## Records for the task
· · · · ·

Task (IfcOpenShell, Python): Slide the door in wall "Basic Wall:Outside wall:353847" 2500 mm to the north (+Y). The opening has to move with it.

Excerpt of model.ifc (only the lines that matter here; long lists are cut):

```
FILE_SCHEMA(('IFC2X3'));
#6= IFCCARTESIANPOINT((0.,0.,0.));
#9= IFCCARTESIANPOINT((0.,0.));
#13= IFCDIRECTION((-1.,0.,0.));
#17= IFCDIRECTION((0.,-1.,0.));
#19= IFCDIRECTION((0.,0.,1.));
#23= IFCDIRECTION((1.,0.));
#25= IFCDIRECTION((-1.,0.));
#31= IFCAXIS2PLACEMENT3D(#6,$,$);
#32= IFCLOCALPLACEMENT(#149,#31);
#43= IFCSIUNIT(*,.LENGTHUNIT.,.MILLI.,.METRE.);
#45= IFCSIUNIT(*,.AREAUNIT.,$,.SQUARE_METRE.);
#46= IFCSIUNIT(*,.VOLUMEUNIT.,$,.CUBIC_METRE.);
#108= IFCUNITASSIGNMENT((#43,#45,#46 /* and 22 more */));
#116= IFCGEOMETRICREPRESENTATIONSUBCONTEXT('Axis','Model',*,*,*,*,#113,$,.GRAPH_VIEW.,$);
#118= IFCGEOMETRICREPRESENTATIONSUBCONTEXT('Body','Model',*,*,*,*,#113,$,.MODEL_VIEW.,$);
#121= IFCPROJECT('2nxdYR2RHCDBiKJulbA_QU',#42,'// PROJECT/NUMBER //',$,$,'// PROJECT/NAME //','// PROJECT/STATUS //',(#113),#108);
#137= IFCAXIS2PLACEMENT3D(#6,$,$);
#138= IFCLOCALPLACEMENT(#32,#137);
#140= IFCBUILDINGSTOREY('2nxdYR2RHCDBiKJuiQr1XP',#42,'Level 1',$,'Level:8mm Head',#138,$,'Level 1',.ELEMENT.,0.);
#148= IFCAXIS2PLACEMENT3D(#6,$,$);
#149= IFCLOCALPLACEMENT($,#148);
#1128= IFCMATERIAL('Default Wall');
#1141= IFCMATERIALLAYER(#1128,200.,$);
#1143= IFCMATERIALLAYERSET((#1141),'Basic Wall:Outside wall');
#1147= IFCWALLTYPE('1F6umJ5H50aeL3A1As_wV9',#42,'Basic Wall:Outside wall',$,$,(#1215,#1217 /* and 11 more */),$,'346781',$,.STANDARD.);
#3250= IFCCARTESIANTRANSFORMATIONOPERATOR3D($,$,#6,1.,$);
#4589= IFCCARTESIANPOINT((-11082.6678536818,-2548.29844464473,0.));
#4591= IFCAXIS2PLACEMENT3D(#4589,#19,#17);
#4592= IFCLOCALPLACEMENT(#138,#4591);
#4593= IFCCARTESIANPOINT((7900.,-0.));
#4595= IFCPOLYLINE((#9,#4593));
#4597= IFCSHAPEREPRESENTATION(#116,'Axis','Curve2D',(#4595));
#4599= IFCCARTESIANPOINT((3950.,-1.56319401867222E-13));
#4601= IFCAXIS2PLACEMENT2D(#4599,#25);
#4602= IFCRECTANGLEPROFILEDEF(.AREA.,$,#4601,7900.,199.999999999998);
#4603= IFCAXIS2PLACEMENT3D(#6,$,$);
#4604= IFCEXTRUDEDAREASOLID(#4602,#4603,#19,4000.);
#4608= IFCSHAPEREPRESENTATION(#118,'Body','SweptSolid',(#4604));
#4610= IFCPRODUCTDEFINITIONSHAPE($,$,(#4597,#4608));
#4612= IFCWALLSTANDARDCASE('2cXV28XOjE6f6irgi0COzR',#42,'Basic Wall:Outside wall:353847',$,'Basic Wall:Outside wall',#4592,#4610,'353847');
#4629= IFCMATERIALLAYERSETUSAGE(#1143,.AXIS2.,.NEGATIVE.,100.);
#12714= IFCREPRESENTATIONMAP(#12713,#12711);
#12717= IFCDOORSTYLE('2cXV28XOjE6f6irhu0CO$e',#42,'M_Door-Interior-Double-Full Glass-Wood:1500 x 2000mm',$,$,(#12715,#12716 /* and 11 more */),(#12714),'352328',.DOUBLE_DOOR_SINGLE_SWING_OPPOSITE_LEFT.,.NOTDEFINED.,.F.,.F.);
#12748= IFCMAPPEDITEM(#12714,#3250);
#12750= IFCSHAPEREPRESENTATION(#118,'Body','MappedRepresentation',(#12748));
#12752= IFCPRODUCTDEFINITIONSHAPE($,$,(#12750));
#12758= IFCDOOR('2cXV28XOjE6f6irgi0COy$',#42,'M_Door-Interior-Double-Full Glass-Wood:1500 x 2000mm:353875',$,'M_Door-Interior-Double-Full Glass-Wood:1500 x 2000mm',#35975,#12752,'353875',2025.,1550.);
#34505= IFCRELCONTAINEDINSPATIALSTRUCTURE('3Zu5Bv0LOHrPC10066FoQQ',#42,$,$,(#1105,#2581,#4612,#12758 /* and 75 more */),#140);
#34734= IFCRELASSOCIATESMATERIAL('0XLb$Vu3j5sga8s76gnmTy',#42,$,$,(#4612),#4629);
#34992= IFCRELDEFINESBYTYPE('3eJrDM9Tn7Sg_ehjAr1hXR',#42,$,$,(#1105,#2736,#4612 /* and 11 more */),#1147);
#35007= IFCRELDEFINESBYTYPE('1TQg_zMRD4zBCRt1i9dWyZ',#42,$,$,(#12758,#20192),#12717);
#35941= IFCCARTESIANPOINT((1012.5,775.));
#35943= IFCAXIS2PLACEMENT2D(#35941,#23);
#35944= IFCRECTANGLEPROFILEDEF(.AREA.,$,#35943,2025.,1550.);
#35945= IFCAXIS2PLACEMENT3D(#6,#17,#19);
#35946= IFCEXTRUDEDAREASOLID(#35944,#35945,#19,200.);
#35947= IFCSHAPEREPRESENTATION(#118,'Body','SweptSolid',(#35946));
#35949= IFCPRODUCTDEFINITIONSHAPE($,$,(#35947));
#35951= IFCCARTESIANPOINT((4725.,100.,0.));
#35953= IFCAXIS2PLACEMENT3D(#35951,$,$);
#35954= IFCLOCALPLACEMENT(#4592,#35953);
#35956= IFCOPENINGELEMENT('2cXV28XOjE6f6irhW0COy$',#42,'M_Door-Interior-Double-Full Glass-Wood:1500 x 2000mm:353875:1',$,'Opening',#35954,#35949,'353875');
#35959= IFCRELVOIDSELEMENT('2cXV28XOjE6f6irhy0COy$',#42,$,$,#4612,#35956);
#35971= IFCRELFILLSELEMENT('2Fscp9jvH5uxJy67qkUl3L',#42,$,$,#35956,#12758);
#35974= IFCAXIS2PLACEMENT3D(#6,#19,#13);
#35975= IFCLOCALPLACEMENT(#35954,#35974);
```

```python
import ifcopenshell
import ifcopenshell.api.geometry
import ifcopenshell.util.placement
import ifcopenshell.util.unit

model = ifcopenshell.open("model.ifc")
unit_scale = ifcopenshell.util.unit.calculate_unit_scale(model)

door = model.by_guid("2cXV28XOjE6f6irgi0COy$")
opening = door.FillsVoids[0].RelatingOpeningElement
wall = opening.VoidsElements[0].RelatingBuildingElement

wall_matrix = ifcopenshell.util.placement.get_local_placement(wall.ObjectPlacement)
shift = wall_matrix[:3, 0] * -2.5 / unit_scale
before = ifcopenshell.util.placement.get_local_placement(door.ObjectPlacement)[:3, 3].copy()

# The door is placed relative to its opening, so it follows when the opening moves.
matrix = ifcopenshell.util.placement.get_local_placement(opening.ObjectPlacement)
matrix[:3, 3] += shift
ifcopenshell.api.geometry.edit_object_placement(
    model, product=opening, matrix=matrix, is_si=False, should_transform_children=True
)

after = ifcopenshell.util.placement.get_local_placement(door.ObjectPlacement)[:3, 3]
print("door moved by", (after - before).round(3) + 0.0)

model.write("model_updated.ifc")
```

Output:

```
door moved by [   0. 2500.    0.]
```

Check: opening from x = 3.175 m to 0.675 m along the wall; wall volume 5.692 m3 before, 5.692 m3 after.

· · · · ·

## Work request
Lines that hold "IFCRELDEFINESBYTYPE" are the ones to copy, so pick each out from the data.

## Task answer
#34992= IFCRELDEFINESBYTYPE('3eJrDM9Tn7Sg_ehjAr1hXR',#42,$,$,(#1105,#2736,#4612 /* and 11 more */),#1147);
#35007= IFCRELDEFINESBYTYPE('1TQg_zMRD4zBCRt1i9dWyZ',#42,$,$,(#12758,#20192),#12717);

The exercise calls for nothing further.